Memanfaatkan Lahan Tidur
Solusi yang diusulkan BGN sangat efisien dengan memanfaatkan lahan kosong di sekitar pesantren. Sony menegaskan bahwa tidak boleh ada lahan di lingkungan pesantren yang terabaikan atau tidak dimanfaatkan.
Pemanfaatan lahan di sekitar asrama untuk menanam sayuran yang cepat berbuah seperti kangkung darat dan pakcoy atau jenis lainnya yang dibutuhkan oleh dapur SPPG. Selain itu, penerapan sistem hidroponik di depan asrama dilakukan demi efisiensi penggunaan lahan.
Dengan metode ini, dapur SPPG di Cipasung tidak perlu bersaing memperoleh persediaan dengan masyarakat luas di pasar tradisional, sehingga harga tetap stabil.

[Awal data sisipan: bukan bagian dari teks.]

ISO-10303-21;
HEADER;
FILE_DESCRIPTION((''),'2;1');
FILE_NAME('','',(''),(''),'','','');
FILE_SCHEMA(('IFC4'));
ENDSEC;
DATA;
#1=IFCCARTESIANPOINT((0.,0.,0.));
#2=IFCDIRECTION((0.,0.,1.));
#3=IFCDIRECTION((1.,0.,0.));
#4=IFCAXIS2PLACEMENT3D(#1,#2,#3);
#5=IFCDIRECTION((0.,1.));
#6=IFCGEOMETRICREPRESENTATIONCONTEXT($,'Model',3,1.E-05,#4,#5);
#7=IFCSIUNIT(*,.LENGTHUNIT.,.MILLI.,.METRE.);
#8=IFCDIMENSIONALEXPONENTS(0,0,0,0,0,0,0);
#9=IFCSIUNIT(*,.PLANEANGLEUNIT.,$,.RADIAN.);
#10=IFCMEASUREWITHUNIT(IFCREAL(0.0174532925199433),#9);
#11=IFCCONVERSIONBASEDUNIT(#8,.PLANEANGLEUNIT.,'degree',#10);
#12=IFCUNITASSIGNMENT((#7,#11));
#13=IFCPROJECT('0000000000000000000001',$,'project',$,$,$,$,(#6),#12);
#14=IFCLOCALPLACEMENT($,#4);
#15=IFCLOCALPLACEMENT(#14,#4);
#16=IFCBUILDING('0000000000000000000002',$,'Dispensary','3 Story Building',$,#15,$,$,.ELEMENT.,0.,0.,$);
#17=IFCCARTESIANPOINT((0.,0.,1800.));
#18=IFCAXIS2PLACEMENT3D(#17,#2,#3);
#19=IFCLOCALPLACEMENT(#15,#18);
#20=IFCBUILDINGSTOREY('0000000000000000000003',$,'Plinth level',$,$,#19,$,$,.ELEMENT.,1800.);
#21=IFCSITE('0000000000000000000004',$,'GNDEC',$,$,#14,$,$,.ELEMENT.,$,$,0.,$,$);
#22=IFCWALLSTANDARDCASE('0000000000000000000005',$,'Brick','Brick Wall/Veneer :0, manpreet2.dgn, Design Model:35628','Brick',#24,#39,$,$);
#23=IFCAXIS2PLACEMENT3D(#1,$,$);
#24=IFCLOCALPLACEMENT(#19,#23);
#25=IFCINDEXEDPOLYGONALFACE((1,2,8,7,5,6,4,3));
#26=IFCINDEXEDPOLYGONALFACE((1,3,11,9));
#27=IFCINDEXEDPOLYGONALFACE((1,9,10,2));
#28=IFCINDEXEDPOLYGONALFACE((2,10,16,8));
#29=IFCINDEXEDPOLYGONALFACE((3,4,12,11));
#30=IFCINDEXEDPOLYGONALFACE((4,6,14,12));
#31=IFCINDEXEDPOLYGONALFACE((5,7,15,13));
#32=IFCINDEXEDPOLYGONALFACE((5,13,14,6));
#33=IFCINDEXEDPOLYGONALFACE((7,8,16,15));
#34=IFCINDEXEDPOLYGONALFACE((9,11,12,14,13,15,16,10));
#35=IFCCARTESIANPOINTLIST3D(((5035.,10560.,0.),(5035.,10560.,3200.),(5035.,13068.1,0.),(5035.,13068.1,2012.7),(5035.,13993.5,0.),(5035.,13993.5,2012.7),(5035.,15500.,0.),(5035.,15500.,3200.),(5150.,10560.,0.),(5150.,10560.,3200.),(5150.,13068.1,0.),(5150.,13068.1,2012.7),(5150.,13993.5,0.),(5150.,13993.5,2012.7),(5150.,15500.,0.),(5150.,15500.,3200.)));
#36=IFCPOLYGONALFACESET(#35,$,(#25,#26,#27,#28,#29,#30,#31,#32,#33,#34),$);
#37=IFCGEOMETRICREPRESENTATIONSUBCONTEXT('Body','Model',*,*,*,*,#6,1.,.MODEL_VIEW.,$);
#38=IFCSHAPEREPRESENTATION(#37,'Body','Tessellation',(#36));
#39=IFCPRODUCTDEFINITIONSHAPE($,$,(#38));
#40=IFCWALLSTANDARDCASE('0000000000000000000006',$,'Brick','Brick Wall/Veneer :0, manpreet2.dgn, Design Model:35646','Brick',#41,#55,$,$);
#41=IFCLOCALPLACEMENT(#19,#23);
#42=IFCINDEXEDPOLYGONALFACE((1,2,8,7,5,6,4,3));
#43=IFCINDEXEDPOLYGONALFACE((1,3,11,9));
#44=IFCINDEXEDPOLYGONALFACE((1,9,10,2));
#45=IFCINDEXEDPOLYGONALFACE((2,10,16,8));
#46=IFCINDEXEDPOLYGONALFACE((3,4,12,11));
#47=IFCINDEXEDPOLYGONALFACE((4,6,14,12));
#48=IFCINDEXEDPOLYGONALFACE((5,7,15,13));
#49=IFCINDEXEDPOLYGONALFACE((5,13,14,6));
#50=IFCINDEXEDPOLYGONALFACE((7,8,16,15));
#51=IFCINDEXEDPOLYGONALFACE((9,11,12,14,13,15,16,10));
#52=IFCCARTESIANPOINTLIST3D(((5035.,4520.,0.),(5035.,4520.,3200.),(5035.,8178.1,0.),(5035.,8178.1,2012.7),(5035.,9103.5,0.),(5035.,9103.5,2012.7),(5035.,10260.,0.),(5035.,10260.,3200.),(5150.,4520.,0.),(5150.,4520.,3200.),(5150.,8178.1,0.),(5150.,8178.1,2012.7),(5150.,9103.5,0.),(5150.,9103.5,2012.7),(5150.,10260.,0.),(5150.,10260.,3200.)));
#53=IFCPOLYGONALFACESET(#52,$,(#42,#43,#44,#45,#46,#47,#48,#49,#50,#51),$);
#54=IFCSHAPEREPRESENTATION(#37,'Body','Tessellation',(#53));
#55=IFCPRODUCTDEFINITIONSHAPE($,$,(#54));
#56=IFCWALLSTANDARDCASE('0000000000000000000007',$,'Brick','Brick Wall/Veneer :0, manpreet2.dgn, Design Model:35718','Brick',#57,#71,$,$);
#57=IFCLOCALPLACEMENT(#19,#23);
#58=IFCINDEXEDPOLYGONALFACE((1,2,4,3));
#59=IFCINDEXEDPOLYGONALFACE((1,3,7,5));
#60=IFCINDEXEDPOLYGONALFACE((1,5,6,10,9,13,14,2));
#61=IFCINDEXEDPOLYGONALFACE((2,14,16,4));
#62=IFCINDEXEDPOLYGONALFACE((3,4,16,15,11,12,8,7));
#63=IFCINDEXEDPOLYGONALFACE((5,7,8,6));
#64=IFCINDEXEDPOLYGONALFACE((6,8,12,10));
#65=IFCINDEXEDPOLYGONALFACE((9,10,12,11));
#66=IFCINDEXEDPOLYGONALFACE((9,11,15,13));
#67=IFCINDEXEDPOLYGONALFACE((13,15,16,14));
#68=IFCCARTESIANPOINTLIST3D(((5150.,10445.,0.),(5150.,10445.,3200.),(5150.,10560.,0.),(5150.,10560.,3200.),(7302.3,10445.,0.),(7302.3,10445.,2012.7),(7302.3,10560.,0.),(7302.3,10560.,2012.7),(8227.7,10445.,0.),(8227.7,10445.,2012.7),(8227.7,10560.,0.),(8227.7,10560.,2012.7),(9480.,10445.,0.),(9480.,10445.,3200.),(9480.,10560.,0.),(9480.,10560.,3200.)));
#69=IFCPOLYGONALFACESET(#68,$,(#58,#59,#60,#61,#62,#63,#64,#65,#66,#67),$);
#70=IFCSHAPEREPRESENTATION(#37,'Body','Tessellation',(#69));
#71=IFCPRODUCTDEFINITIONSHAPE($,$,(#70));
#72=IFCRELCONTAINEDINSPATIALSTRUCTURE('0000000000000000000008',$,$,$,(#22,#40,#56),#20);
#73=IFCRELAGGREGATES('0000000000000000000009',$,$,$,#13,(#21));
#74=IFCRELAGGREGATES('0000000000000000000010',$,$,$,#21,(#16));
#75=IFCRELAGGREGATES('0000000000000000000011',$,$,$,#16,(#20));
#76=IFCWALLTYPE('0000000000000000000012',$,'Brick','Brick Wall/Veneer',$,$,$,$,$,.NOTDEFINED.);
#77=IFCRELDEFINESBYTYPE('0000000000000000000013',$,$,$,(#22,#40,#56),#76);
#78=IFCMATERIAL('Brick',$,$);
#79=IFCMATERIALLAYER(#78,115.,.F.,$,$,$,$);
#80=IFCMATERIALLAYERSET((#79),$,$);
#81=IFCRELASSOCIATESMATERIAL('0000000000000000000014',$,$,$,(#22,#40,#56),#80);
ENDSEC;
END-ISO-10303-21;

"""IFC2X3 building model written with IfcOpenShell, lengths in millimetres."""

from ifc_helpers import new_model, entity, si_unit, converted_unit, direction, frame, frame_2d, origin_with_axes, place, context, subcontext, project, spatial, rectangle, extrude, material, layer, layer_set, layer_usage, type_object, element, save


model = new_model("IFC2X3")

# Units and contexts
model_context = context("Model", 3, precision=1e-05, world=origin_with_axes(), true_north=direction((0.0, 1.0)))
body_context = subcontext(model_context, "Body", "Model", "MODEL_VIEW", scale=1.0)
ifc_project = project(units=[si_unit("LENGTHUNIT", "METRE", prefix="MILLI"), converted_unit("PLANEANGLEUNIT", "degree", entity("IfcReal", 0.0174532925199433), si_unit("PLANEANGLEUNIT", "RADIAN"), dimensions=[0, 0, 0, 0, 0, 0, 0])], contexts=[model_context])

# Site, building, storey
site_placement = place(None, origin_with_axes())
site = spatial("IfcSite", under=ifc_project, at=site_placement, Name="GNDEC", CompositionType="ELEMENT", RefElevation=0.0)
building_placement = place(site_placement, origin_with_axes())
building = spatial("IfcBuilding", under=site, at=building_placement, Name="Dispensary", Description="3 Story Building", CompositionType="ELEMENT", ElevationOfRefHeight=0.0, ElevationOfTerrain=0.0)
storey_placement = place(building_placement, frame((0.0, 0.0, 1800.0), z_axis=(0.0, 0.0, 1.0), x_axis=(1.0, 0.0, 0.0)))
storey = spatial("IfcBuildingStorey", under=building, at=storey_placement, Name="Plinth level", CompositionType="ELEMENT", Elevation=1800.0)

# Shared definitions
ifc_material_1 = material(Name="Brick")
wall_type = type_object("IfcWallType", Name="Brick", Description="Brick Wall/Veneer", PredefinedType="NOTDEFINED")

# Walls, openings
ifc_layer_1 = layer(ifc_material_1, 115.0, ventilated=False)
ifc_layer_set_1 = layer_set([ifc_layer_1])
ifc_layer_usage_1 = layer_usage(ifc_layer_set_1, "AXIS2", "POSITIVE", 0.0)
wall_1_placement = place(storey_placement, frame((5150.0, 15500.0, 0.0), z_axis=(0.0, 0.0, 1.0), x_axis=(0.0, -1.0, 0.0)))
wall_1 = element("IfcWallStandardCase", 1, at=wall_1_placement, inside=storey, type_object=wall_type, material=ifc_layer_usage_1, Name="Brick", Description="Brick Wall/Veneer :0, manpreet2.dgn, Design Model:35628", ObjectType="Brick", context=body_context, shape_type="SweptSolid", body=[
    extrude(rectangle(XDim=4940.0, YDim=115.0, at=frame_2d((2470.0, -57.5), x_axis=(-1.0, 0.0))), origin_with_axes(), (0.0, 0.0, 1.0), 3200.0),
])
opening_1_placement = place(wall_1_placement, frame((1506.5, -115.0, 0.0), z_axis=(0.0, 0.0, 1.0), x_axis=(1.0, 0.0, 0.0)))
element("IfcOpeningElement", 2, at=opening_1_placement, cuts=wall_1, ObjectType="Opening", context=body_context, shape_type="SweptSolid", body=[
    extrude(rectangle(XDim=2012.7, YDim=925.4, at=frame_2d((-462.7, 1006.4), x_axis=(0.0, -1.0))), frame((0.0, 0.0, 0.0), z_axis=(0.0, 1.0, 0.0), x_axis=(-1.0, 0.0, 0.0)), (0.0, 0.0, 1.0), 115.0),
])
wall_2_placement = place(storey_placement, frame((5150.0, 10260.0, 0.0), z_axis=(0.0, 0.0, 1.0), x_axis=(0.0, -1.0, 0.0)))
wall_2 = element("IfcWallStandardCase", 3, at=wall_2_placement, inside=storey, type_object=wall_type, material=ifc_layer_usage_1, Name="Brick", Description="Brick Wall/Veneer :0, manpreet2.dgn, Design Model:35646", ObjectType="Brick", context=body_context, shape_type="SweptSolid", body=[
    extrude(rectangle(XDim=5740.0, YDim=115.0, at=frame_2d((2870.0, -57.5), x_axis=(-1.0, 0.0))), origin_with_axes(), (0.0, 0.0, 1.0), 3200.0),
])
opening_2_placement = place(wall_2_placement, frame((1156.5, -115.0, 0.0), z_axis=(0.0, 0.0, 1.0), x_axis=(1.0, 0.0, 0.0)))
element("IfcOpeningElement", 4, at=opening_2_placement, cuts=wall_2, ObjectType="Opening", context=body_context, shape_type="SweptSolid", body=[
    extrude(rectangle(XDim=2012.7, YDim=925.4, at=frame_2d((-462.7, 1006.4), x_axis=(0.0, -1.0))), frame((0.0, 0.0, 0.0), z_axis=(0.0, 1.0, 0.0), x_axis=(-1.0, 0.0, 0.0)), (0.0, 0.0, 1.0), 115.0),
])
wall_3_placement = place(storey_placement, frame((5150.0, 10560.0, 0.0), z_axis=(0.0, 0.0, 1.0), x_axis=(1.0, 0.0, 0.0)))
wall_3 = element("IfcWallStandardCase", 5, at=wall_3_placement, inside=storey, type_object=wall_type, material=ifc_layer_usage_1, Name="Brick", Description="Brick Wall/Veneer :0, manpreet2.dgn, Design Model:35718", ObjectType="Brick", context=body_context, shape_type="SweptSolid", body=[
    extrude(rectangle(XDim=4330.0, YDim=115.0, at=frame_2d((2165.0, -57.5), x_axis=(-1.0, 0.0))), origin_with_axes(), (0.0, 0.0, 1.0), 3200.0),
])
opening_3_placement = place(wall_3_placement, frame((2152.3, -115.0, 0.0), z_axis=(0.0, 0.0, 1.0), x_axis=(1.0, 0.0, 0.0)))
element("IfcOpeningElement", 6, at=opening_3_placement, cuts=wall_3, ObjectType="Opening", context=body_context, shape_type="SweptSolid", body=[
    extrude(rectangle(XDim=2012.7, YDim=925.4, at=frame_2d((-462.7, 1006.4), x_axis=(0.0, -1.0))), frame((0.0, 0.0, 0.0), z_axis=(0.0, 1.0, 0.0), x_axis=(-1.0, 0.0, 0.0)), (0.0, 0.0, 1.0), 115.0),
])

save(model, "model.ifc")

Selain sekadar menanam sayuran, Sony Sonjaya mengusulkan pengintegrasian program ini dengan konsep Santripreneur. Ia berharap santri Cipasung tidak hanya menjadi penghafal Al-Qur’an yang baik, tetapi juga wirausaha yang berkarya.
“Santri yang menghafal Al-Qur’an sangat luar biasa. Namun, jika mereka juga mampu memenuhi kebutuhan sehari-hari, itu jauh lebih luar biasa,” kata Sony memotivasi.
Dengan adanya kemungkinan penambahan dapur SPPG sebanyak 2 hingga 3 unit di Cipasung, kesempatan ekonomi terbuka lebar. Para santri bisa menjadi sumber utama bahan pangan, membentuk sistem ekonomi mandiri di dalam pesantren.
Efek Pengganda bagi Masyarakat Sekitar
KH Deni Sagara, Khodumul Majlis Majelis Dzikir dan Sholawat Pesantren Cipasung menyampaikan bahwa “virus positif” ketahanan pangan ini telah menyebar kepada masyarakat sekitar pesantren.
Dampak nyata yang mulai terlihat antara lain adalah adanya peternakan rakyat di kawasan Cihaur, di mana warga mulai memanfaatkan ruang di atas kolam ikan sebagai kandang ayam petelur serta semakin banyak warga yang memulai pengelolaan tanaman hidroponik secara mandiri.
Menurut KH Deni Sagara, seorang Kiai dari Jatman Tasikmalaya, pihaknya telah menyiapkan lahan seluas 25 hektare di Sodong khusus untuk menanam pisang guna memenuhi kebutuhan buah dalam program MBG.
“Program MBG tidak hanya ditujukan kepada santri, tetapi juga bagi masyarakat. Ini menjadi berkah bagi semua pihak,” ujar KH Deni Sagara.
Dengan pengesahan ini, Ponpes Cipasung kini tidak hanya berperan sebagai pusat pendidikan agama, tetapi juga menjadi ujung tombak dalam mendukung ketahanan pangan nasional melalui kemandirian masyarakat.